Below are entries. Pull out all lines containing "IFCWINDOW".

Stored data entries
|---|

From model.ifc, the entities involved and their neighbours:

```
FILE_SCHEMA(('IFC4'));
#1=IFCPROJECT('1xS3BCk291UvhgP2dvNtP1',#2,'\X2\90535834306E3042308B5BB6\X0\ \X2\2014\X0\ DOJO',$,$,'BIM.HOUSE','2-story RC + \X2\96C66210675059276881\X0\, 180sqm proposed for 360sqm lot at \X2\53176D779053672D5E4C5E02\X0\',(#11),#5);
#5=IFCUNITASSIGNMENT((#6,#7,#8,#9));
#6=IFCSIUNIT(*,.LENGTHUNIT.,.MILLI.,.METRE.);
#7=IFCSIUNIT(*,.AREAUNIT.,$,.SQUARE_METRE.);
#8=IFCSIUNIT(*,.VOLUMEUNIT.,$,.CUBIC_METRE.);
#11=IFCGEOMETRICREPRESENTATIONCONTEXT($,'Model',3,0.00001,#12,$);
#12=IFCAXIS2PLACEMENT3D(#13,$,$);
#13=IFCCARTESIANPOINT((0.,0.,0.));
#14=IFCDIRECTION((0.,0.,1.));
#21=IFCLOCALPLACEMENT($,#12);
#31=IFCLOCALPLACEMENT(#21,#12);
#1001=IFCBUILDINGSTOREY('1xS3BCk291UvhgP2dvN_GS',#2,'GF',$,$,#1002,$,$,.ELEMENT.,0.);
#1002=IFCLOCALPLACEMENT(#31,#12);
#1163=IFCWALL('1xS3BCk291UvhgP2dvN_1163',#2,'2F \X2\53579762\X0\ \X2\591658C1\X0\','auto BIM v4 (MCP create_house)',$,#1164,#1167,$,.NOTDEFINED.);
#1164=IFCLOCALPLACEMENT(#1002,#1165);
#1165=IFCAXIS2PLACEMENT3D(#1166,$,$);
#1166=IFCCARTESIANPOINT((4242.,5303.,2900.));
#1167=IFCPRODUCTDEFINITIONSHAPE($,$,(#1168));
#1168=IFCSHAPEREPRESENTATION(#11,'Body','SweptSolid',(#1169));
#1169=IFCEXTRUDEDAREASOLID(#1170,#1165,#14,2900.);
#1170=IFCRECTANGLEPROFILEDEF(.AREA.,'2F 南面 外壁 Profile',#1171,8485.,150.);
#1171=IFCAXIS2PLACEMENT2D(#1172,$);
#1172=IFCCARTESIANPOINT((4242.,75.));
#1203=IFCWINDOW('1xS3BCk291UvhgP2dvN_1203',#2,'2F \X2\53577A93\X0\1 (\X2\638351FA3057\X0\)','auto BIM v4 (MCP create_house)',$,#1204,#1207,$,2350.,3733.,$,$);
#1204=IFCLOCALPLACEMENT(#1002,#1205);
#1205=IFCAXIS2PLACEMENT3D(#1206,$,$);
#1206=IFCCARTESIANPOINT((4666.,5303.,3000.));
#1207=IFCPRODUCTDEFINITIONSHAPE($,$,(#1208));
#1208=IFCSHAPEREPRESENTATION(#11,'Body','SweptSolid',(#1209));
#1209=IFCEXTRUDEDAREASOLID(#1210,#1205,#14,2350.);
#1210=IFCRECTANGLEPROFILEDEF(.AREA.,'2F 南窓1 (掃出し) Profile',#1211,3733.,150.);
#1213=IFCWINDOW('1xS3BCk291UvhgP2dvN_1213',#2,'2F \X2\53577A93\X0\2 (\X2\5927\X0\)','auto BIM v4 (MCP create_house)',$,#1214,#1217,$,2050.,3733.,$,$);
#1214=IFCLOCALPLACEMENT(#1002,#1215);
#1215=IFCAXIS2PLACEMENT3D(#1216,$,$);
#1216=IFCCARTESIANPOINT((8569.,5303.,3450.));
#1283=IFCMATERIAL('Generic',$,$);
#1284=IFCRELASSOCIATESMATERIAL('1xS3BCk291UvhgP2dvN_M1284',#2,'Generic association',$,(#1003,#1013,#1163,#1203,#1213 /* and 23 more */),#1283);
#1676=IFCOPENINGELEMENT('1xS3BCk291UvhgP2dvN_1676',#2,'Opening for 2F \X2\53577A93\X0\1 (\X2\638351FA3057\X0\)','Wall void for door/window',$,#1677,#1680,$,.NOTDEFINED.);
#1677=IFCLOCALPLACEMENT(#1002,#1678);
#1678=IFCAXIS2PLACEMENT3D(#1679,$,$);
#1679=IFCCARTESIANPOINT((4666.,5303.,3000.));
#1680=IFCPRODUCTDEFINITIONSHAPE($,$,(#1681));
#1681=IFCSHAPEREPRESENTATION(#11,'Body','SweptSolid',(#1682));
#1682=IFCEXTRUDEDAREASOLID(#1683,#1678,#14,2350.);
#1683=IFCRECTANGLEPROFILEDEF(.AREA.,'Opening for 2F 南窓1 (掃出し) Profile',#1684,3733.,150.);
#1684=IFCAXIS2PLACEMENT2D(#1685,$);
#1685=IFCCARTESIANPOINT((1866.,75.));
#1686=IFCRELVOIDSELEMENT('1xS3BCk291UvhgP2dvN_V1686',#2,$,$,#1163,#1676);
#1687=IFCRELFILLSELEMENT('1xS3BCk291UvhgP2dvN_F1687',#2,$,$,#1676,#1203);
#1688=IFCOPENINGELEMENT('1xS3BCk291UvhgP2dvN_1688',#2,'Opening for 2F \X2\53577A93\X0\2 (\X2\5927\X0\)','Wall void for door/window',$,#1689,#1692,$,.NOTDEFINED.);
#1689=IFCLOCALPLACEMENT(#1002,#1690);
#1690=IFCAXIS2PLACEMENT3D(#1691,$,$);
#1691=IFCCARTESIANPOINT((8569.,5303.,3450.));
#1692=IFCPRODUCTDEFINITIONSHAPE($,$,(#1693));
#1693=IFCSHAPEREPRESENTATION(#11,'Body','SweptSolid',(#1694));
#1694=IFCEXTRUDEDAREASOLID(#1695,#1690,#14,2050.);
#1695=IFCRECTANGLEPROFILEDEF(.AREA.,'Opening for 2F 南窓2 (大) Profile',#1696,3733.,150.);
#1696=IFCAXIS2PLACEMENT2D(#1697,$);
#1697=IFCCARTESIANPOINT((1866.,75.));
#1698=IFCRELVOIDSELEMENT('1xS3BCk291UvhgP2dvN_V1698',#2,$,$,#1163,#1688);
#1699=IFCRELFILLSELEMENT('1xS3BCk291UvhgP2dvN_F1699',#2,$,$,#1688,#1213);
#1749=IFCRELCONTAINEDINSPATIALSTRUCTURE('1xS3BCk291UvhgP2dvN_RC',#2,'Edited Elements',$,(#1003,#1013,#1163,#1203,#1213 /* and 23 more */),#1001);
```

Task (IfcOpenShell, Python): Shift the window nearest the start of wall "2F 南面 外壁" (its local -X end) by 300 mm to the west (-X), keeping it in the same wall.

```python
import ifcopenshell
import ifcopenshell.api.geometry
import ifcopenshell.util.placement
import ifcopenshell.util.unit

model = ifcopenshell.open("model.ifc")
unit_scale = ifcopenshell.util.unit.calculate_unit_scale(model)

window = model.by_id(1203)
opening = window.FillsVoids[0].RelatingOpeningElement
wall = opening.VoidsElements[0].RelatingBuildingElement

wall_matrix = ifcopenshell.util.placement.get_local_placement(wall.ObjectPlacement)
shift = wall_matrix[:3, 0] * -0.3 / unit_scale
before = ifcopenshell.util.placement.get_local_placement(window.ObjectPlacement)[:3, 3].copy()

# The window is not placed relative to its opening, so move both.
for product in (opening, window):
    matrix = ifcopenshell.util.placement.get_local_placement(product.ObjectPlacement)
    matrix[:3, 3] += shift
    ifcopenshell.api.geometry.edit_object_placement(model, product=product, matrix=matrix, is_si=False)

after = ifcopenshell.util.placement.get_local_placement(window.ObjectPlacement)[:3, 3]
print("window moved by", (after - before).round(3) + 0.0)

model.write("model_updated.ifc")
```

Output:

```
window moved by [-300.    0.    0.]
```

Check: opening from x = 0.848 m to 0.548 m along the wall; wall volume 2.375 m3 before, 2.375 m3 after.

|---|

Final answer
#1203=IFCWINDOW('1xS3BCk291UvhgP2dvN_1203',#2,'2F \X2\53577A93\X0\1 (\X2\638351FA3057\X0\)','auto BIM v4 (MCP create_house)',$,#1204,#1207,$,2350.,3733.,$,$);
#1213=IFCWINDOW('1xS3BCk291UvhgP2dvN_1213',#2,'2F \X2\53577A93\X0\2 (\X2\5927\X0\)','auto BIM v4 (MCP create_house)',$,#1214,#1217,$,2050.,3733.,$,$);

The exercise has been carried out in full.